:: DESCRIPTION OF THE TASK ::
Using the entries below, transcribe exactly the line containing "#52=IFCINDEXEDPOLYGONALFACE((1,3,7,5));" and each line that follows it to the end.

[PROVIDED MATERIAL Boundary: Start]

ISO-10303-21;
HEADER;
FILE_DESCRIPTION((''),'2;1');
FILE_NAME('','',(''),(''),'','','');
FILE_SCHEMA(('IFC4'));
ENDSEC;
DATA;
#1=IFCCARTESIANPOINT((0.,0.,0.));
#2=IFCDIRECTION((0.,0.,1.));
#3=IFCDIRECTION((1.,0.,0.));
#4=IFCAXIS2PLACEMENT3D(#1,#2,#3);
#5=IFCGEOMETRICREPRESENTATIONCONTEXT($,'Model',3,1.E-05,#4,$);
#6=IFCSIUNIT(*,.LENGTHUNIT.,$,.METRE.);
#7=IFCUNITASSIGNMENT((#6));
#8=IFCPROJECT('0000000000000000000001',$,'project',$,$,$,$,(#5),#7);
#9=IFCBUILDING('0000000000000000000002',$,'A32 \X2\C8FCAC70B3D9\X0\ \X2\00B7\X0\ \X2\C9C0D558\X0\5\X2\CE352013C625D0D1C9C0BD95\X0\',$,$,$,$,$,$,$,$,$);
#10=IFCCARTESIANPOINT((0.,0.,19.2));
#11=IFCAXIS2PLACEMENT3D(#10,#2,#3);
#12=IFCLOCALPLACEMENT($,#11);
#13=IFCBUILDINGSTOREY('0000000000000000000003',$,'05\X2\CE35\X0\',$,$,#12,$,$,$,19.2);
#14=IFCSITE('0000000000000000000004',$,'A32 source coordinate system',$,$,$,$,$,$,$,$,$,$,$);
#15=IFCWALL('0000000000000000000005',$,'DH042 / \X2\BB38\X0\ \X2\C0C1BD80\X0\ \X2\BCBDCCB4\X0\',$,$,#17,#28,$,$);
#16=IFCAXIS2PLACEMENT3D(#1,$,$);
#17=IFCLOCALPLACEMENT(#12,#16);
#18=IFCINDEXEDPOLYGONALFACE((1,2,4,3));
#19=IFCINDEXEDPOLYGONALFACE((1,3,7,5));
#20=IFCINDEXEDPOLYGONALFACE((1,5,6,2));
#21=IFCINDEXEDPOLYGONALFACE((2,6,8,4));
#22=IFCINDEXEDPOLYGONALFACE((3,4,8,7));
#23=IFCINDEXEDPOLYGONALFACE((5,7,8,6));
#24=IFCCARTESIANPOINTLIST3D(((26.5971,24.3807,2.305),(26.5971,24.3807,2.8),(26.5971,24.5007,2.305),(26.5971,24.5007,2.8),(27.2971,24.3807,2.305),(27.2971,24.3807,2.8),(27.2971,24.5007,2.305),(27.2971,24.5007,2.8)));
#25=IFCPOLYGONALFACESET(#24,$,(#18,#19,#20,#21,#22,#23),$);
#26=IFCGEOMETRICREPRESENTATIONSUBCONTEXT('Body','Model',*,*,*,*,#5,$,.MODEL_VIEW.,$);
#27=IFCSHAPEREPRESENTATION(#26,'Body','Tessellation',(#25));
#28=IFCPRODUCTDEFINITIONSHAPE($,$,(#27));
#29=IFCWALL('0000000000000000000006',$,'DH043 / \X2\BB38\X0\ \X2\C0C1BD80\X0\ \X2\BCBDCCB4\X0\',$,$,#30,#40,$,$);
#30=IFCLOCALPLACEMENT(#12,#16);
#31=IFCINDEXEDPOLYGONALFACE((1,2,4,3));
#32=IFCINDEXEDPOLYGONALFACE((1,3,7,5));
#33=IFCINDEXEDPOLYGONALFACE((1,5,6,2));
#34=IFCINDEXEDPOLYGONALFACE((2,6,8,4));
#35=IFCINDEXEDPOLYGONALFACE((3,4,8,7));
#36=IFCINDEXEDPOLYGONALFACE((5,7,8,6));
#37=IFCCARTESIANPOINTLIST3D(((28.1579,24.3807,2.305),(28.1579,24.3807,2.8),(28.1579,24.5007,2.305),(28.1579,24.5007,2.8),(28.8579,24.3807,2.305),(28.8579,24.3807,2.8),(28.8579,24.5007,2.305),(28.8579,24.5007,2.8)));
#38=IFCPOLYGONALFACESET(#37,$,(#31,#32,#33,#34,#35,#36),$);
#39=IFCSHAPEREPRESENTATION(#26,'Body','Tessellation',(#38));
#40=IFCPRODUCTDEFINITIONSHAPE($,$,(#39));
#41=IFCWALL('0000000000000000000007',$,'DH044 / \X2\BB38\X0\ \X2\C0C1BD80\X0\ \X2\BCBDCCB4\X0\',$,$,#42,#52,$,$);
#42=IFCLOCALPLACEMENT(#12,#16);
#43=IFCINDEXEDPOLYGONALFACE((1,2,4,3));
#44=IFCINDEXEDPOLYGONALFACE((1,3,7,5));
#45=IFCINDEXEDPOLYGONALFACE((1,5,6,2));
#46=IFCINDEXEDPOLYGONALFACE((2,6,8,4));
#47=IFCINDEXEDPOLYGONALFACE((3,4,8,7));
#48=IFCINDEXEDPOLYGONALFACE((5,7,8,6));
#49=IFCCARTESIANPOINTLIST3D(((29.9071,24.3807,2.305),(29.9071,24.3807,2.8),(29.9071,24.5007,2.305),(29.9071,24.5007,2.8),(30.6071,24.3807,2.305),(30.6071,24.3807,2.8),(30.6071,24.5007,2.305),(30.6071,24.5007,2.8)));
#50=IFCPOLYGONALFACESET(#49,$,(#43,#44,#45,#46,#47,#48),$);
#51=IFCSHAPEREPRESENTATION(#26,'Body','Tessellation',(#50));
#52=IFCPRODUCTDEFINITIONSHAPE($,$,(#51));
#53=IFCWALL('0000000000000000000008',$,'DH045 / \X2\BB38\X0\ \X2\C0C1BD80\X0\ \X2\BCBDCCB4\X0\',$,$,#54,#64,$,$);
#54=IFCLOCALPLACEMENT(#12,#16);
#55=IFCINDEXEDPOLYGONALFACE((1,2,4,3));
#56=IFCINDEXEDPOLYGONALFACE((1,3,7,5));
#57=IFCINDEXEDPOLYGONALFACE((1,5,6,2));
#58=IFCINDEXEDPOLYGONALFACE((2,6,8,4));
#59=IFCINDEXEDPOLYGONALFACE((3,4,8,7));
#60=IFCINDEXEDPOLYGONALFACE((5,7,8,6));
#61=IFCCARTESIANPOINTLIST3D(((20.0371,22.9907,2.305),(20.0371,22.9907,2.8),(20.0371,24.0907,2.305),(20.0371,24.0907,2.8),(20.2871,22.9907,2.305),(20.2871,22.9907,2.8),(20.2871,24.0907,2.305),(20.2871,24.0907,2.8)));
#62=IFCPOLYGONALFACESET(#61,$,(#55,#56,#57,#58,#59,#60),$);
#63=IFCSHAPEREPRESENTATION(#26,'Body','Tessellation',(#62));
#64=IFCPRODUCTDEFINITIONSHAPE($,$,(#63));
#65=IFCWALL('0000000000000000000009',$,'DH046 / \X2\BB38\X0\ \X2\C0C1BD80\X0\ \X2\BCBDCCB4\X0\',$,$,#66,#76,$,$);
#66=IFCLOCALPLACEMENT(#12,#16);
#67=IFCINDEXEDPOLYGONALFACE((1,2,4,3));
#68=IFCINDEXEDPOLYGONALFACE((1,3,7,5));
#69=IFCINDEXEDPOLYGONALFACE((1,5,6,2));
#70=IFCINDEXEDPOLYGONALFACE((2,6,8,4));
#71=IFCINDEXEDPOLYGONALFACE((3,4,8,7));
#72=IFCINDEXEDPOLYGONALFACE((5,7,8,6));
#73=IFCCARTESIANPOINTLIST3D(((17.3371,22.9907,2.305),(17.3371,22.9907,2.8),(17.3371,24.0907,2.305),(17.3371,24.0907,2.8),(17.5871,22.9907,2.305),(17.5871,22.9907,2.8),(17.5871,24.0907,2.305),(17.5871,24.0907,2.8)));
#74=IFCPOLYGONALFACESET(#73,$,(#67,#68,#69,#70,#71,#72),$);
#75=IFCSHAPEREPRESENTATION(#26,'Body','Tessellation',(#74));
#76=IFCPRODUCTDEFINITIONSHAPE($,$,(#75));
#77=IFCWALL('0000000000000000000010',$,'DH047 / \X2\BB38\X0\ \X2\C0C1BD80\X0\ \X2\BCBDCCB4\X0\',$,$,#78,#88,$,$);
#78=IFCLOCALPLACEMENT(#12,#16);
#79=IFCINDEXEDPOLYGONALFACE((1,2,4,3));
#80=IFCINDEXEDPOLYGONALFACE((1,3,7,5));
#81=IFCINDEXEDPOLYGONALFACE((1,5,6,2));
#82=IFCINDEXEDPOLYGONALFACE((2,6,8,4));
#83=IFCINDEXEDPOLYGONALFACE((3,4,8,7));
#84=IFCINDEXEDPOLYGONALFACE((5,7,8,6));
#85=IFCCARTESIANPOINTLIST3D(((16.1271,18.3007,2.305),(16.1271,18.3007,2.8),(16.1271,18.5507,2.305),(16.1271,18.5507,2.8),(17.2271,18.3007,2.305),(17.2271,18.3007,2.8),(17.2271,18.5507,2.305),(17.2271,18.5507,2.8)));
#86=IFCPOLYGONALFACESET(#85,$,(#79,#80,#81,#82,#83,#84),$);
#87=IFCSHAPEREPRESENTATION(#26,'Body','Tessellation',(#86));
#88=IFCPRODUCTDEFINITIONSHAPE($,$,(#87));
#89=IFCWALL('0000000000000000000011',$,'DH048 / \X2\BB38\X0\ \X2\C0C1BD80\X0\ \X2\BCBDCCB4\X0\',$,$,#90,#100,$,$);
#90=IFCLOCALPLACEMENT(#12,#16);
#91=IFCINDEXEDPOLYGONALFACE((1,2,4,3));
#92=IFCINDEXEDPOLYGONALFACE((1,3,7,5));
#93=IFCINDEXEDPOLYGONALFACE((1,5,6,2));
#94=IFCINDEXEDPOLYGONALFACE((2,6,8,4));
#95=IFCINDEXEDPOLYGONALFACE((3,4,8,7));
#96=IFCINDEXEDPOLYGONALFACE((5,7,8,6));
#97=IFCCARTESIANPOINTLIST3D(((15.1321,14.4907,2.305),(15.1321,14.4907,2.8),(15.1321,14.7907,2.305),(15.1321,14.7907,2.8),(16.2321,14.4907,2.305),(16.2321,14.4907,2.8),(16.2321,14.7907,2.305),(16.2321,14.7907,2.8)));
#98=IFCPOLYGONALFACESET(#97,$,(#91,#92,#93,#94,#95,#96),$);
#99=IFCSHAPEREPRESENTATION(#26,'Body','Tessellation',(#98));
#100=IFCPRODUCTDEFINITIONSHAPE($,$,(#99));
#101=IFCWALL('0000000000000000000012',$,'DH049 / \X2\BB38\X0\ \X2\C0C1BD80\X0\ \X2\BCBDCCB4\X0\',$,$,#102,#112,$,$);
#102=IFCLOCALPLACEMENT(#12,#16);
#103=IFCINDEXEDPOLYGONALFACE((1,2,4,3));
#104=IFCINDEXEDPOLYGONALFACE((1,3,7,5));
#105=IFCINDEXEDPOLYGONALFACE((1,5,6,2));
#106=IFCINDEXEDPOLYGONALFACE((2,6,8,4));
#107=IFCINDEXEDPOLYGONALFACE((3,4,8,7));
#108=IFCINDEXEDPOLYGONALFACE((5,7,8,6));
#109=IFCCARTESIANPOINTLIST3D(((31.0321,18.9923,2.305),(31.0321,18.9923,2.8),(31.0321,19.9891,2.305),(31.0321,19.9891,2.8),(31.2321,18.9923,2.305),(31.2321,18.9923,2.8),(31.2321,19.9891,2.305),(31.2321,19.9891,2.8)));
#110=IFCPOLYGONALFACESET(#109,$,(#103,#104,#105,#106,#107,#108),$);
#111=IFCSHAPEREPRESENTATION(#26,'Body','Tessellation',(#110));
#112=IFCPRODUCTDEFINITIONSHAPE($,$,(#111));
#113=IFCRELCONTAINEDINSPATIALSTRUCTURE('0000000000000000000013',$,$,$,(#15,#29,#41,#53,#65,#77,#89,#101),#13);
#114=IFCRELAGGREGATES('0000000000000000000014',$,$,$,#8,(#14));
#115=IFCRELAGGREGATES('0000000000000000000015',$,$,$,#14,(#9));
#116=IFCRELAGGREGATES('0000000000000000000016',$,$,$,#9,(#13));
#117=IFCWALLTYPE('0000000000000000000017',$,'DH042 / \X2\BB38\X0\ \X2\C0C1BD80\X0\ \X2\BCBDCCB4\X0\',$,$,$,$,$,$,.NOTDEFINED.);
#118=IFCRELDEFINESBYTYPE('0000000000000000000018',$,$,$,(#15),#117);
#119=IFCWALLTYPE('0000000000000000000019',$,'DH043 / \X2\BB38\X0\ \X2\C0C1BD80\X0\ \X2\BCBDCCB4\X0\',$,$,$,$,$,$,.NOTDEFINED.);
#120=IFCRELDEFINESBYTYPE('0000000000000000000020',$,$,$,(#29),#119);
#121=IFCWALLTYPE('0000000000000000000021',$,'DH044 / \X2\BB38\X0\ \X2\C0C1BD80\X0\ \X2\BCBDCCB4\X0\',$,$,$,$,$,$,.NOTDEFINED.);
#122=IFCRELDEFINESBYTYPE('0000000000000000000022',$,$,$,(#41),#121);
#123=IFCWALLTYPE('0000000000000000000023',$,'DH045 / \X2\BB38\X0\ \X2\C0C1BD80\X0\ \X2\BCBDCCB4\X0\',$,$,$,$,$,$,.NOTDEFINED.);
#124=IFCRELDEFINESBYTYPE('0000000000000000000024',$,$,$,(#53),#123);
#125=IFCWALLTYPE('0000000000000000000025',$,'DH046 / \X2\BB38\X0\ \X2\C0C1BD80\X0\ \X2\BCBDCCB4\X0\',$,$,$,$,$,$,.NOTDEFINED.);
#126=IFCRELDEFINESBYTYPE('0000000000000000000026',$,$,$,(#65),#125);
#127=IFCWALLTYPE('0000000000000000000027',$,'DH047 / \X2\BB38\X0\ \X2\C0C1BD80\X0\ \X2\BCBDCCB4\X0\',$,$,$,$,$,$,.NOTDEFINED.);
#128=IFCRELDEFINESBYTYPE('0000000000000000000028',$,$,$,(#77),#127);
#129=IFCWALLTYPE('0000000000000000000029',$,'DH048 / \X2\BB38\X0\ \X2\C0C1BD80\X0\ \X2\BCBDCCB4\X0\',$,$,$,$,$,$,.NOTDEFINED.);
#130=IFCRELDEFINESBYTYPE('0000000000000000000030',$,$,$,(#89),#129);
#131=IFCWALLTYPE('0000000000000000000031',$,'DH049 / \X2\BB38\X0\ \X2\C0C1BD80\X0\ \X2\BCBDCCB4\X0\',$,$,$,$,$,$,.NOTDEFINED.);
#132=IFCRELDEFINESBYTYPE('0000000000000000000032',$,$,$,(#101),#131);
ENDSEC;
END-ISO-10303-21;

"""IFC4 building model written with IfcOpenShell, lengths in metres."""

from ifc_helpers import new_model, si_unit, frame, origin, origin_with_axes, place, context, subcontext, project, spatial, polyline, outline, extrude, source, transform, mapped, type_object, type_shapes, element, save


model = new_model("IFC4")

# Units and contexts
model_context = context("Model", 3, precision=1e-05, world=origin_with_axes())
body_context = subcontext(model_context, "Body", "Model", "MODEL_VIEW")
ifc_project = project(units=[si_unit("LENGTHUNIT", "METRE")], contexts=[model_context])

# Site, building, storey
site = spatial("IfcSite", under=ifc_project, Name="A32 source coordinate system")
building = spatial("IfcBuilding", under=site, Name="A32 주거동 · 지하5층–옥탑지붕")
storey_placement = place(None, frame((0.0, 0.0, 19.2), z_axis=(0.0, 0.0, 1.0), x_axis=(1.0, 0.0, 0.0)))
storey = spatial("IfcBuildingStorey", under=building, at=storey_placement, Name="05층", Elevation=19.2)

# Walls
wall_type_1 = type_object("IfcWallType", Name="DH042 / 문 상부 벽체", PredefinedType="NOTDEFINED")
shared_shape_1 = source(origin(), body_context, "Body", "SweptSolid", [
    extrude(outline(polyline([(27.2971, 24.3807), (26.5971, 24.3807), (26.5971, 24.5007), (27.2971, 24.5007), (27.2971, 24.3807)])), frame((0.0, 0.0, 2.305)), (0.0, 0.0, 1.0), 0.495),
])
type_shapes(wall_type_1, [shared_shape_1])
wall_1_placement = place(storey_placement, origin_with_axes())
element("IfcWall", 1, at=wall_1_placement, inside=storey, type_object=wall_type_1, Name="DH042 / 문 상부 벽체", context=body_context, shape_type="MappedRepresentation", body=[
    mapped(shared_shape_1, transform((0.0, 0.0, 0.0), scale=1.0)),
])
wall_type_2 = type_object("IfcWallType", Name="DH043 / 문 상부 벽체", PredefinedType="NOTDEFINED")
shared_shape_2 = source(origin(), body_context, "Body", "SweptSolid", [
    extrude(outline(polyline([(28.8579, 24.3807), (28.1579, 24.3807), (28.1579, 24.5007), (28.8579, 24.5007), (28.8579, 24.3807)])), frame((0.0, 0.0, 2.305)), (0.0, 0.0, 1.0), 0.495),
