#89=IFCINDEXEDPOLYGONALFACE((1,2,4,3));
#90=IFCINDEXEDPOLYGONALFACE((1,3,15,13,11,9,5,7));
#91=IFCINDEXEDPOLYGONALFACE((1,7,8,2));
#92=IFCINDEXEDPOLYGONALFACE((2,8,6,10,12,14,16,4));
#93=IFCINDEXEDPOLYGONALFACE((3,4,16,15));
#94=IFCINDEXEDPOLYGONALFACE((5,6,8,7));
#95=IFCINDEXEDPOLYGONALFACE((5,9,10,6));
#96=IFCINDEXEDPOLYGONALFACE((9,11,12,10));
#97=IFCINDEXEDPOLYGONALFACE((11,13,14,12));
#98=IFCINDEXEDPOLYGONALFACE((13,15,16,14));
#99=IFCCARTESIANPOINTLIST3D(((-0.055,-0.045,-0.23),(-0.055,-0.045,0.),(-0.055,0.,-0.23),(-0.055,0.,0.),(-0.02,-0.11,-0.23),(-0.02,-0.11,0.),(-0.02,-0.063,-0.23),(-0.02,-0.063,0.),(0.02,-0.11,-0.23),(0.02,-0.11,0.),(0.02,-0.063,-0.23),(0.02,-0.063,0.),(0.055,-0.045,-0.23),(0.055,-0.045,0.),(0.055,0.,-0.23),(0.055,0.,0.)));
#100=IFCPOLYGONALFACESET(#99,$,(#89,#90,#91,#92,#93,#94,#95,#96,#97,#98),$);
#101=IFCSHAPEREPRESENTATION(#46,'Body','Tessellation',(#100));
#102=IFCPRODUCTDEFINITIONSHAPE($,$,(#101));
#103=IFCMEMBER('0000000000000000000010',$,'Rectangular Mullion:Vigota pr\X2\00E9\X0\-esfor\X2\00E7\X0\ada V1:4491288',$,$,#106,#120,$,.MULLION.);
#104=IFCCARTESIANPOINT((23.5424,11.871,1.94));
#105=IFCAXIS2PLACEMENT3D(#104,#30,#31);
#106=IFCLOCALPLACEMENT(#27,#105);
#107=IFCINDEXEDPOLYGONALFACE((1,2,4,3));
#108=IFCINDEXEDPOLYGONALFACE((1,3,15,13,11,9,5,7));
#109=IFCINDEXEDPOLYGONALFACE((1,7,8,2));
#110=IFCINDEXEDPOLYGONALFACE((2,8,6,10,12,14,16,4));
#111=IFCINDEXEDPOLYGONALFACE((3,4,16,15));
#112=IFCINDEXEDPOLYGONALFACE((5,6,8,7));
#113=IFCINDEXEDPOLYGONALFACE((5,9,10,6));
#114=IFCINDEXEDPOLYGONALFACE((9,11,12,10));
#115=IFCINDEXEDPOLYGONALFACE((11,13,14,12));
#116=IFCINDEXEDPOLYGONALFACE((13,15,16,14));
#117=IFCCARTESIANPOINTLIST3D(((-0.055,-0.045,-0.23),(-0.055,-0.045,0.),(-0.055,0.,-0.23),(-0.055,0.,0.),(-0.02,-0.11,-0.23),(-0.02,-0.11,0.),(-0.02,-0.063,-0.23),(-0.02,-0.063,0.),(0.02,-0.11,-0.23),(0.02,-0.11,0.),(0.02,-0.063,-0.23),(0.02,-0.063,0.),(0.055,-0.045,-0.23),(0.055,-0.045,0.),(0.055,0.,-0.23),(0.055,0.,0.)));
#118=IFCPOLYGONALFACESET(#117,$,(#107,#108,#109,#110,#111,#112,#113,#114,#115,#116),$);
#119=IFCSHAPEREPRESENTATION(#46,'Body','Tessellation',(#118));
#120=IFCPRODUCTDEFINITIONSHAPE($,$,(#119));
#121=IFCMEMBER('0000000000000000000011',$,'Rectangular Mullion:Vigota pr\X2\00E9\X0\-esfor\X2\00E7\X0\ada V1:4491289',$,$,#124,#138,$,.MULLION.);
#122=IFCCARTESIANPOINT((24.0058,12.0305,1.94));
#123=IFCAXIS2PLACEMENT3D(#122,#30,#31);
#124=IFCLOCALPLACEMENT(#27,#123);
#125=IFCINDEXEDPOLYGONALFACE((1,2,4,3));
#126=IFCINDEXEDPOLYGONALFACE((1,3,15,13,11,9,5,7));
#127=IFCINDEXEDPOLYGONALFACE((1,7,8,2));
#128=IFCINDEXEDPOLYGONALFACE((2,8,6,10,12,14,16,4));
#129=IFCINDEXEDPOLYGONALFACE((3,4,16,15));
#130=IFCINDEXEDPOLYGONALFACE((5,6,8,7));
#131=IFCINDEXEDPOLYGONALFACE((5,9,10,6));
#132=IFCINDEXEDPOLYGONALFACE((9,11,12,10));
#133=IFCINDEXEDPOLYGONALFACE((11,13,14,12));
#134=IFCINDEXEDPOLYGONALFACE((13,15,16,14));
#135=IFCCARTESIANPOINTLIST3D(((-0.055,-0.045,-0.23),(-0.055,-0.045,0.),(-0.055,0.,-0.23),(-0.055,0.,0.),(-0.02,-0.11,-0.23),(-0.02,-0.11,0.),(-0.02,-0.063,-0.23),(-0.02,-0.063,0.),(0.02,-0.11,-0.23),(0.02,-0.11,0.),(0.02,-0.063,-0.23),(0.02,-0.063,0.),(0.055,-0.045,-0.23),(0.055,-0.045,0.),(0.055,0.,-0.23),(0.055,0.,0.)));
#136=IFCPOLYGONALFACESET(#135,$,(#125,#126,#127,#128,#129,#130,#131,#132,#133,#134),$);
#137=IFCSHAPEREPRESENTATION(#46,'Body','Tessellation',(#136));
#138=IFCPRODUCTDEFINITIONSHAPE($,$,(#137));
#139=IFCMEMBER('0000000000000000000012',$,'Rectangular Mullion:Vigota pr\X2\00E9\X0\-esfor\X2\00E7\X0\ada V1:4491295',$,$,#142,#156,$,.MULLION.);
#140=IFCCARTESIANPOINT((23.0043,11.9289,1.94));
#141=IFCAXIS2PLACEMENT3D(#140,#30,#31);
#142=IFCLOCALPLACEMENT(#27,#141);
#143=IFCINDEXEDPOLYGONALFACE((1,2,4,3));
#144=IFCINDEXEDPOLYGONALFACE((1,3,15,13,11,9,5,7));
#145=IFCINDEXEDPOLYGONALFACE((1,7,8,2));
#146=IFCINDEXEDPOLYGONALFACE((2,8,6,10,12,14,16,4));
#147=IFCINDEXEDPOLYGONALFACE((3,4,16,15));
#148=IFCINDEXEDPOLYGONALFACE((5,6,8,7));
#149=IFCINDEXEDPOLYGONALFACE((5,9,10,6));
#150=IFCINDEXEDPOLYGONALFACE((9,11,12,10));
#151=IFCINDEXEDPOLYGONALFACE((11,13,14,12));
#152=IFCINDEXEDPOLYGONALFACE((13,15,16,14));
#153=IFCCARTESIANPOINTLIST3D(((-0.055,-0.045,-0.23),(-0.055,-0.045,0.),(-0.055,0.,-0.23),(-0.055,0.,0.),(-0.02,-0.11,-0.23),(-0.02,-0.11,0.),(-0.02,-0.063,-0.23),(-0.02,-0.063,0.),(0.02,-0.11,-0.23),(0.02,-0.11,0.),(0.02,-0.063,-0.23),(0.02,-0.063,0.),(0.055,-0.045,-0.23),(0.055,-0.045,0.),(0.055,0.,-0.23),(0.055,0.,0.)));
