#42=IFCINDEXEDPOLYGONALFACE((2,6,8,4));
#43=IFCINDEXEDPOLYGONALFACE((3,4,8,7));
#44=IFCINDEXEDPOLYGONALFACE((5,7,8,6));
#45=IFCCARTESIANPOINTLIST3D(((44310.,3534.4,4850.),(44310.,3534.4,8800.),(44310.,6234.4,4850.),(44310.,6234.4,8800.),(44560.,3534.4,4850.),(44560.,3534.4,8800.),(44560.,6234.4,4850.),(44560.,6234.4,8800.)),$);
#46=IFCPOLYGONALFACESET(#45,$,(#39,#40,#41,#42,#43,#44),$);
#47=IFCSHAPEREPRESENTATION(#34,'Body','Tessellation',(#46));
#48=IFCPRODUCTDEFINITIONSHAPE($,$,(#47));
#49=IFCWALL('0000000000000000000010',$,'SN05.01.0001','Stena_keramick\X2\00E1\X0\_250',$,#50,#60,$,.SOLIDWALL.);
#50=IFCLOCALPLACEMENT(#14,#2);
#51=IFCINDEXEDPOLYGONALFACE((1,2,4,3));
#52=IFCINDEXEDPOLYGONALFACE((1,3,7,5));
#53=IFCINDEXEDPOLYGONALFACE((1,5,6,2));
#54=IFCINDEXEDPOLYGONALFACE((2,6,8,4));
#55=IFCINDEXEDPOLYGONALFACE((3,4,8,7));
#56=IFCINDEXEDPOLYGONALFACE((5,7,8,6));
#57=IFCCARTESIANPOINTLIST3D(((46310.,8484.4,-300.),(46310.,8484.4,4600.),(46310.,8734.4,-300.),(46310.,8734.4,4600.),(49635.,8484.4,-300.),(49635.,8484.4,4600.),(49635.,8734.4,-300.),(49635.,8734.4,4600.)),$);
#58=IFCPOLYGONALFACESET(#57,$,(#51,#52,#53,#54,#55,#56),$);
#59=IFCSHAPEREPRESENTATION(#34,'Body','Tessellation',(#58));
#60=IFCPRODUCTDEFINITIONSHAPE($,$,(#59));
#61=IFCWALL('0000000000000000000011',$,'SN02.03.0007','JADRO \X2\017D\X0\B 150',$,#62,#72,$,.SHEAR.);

[PROVIDED MATERIAL Boundary: End]

:: EXERCISE SOLUTION ::
#52=IFCINDEXEDPOLYGONALFACE((1,3,7,5));
#53=IFCINDEXEDPOLYGONALFACE((1,5,6,2));
#54=IFCINDEXEDPOLYGONALFACE((2,6,8,4));
#55=IFCINDEXEDPOLYGONALFACE((3,4,8,7));
#56=IFCINDEXEDPOLYGONALFACE((5,7,8,6));
#57=IFCCARTESIANPOINTLIST3D(((46310.,8484.4,-300.),(46310.,8484.4,4600.),(46310.,8734.4,-300.),(46310.,8734.4,4600.),(49635.,8484.4,-300.),(49635.,8484.4,4600.),(49635.,8734.4,-300.),(49635.,8734.4,4600.)),$);
#58=IFCPOLYGONALFACESET(#57,$,(#51,#52,#53,#54,#55,#56),$);
#59=IFCSHAPEREPRESENTATION(#34,'Body','Tessellation',(#58));
#60=IFCPRODUCTDEFINITIONSHAPE($,$,(#59));
#61=IFCWALL('0000000000000000000011',$,'SN02.03.0007','JADRO \X2\017D\X0\B 150',$,#62,#72,$,.SHEAR.);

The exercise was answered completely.